**ACTIVITY**
The reply must consist of one number: how many lines of the data include the word "IFCRELAGGREGATES".

** DATA UNDER STUDY follows **

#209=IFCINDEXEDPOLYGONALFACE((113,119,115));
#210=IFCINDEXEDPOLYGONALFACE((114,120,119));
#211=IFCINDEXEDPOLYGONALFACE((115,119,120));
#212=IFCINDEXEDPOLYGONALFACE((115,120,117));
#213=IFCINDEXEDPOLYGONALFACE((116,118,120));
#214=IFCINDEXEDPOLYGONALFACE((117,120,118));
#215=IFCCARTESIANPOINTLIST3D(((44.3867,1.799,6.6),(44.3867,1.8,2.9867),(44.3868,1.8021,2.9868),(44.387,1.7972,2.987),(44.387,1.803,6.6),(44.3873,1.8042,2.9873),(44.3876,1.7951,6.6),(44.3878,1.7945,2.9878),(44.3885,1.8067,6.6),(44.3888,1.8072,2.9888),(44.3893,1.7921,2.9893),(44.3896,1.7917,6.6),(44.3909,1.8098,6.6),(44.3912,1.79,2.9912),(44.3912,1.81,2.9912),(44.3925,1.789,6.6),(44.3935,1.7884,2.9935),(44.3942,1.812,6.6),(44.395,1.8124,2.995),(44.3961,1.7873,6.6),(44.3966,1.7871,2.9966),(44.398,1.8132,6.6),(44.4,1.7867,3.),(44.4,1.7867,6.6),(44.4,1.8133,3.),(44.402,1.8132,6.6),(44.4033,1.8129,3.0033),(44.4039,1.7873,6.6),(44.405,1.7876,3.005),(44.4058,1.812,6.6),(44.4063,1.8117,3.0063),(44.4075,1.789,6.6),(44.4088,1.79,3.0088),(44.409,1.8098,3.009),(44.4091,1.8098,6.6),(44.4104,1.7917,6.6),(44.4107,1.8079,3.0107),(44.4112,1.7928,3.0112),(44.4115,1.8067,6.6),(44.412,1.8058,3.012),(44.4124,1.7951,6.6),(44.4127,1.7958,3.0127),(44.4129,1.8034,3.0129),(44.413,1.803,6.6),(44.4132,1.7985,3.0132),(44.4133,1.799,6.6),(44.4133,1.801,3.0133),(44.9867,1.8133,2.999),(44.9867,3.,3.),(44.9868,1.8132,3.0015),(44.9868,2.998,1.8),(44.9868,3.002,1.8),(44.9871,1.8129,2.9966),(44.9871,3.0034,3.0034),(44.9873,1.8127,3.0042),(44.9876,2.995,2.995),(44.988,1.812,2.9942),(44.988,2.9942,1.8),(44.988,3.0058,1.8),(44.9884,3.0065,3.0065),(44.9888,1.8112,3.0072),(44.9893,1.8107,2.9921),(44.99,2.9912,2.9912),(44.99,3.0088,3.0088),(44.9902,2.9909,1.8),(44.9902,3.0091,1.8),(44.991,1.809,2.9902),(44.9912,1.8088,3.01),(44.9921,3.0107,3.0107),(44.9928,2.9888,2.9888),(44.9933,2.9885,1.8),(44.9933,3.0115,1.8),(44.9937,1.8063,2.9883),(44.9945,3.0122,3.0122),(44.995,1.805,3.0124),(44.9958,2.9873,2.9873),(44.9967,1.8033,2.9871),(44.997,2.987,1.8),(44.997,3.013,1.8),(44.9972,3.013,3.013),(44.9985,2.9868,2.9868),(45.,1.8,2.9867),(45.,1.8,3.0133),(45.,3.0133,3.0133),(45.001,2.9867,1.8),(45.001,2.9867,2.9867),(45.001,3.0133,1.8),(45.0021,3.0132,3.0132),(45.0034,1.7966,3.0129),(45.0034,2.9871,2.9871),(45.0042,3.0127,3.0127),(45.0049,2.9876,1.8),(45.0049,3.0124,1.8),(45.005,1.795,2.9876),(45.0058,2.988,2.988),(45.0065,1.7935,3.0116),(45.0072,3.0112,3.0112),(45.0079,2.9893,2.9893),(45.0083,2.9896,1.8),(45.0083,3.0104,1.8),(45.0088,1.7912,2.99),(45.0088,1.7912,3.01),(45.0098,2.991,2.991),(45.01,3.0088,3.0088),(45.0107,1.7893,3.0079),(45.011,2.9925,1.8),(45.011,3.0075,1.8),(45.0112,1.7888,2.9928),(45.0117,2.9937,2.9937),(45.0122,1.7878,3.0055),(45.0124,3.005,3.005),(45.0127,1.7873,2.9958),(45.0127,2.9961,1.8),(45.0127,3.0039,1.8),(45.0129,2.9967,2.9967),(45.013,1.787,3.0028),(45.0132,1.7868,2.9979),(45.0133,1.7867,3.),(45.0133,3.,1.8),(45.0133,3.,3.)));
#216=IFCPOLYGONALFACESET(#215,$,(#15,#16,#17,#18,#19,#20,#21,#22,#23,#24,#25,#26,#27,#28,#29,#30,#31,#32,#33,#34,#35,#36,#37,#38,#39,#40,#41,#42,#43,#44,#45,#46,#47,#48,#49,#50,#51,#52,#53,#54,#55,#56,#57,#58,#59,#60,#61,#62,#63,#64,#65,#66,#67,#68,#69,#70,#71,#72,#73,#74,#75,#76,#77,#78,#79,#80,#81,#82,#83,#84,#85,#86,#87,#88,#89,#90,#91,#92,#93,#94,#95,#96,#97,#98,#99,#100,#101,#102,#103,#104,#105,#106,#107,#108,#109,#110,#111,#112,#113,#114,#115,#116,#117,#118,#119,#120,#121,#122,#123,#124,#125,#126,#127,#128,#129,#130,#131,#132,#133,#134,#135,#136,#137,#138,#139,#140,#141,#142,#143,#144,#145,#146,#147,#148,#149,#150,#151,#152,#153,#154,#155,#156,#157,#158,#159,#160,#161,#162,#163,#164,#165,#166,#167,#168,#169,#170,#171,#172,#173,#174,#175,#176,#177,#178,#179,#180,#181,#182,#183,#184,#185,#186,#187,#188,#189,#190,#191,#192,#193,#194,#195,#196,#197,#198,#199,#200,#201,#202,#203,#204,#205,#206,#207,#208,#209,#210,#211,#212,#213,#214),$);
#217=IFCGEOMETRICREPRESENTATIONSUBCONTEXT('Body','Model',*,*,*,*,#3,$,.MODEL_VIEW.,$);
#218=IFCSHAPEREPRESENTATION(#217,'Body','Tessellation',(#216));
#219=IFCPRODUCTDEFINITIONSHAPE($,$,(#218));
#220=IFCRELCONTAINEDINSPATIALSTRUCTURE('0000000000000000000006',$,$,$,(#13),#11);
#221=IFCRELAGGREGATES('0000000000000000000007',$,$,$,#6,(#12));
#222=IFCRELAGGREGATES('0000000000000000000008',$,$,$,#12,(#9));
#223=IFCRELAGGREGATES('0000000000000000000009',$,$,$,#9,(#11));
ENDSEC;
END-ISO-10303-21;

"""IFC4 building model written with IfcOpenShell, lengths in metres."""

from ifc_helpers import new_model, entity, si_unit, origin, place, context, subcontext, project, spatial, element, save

** End of DATA UNDER STUDY **

**RESPONSE TO THE EXERCISE**
3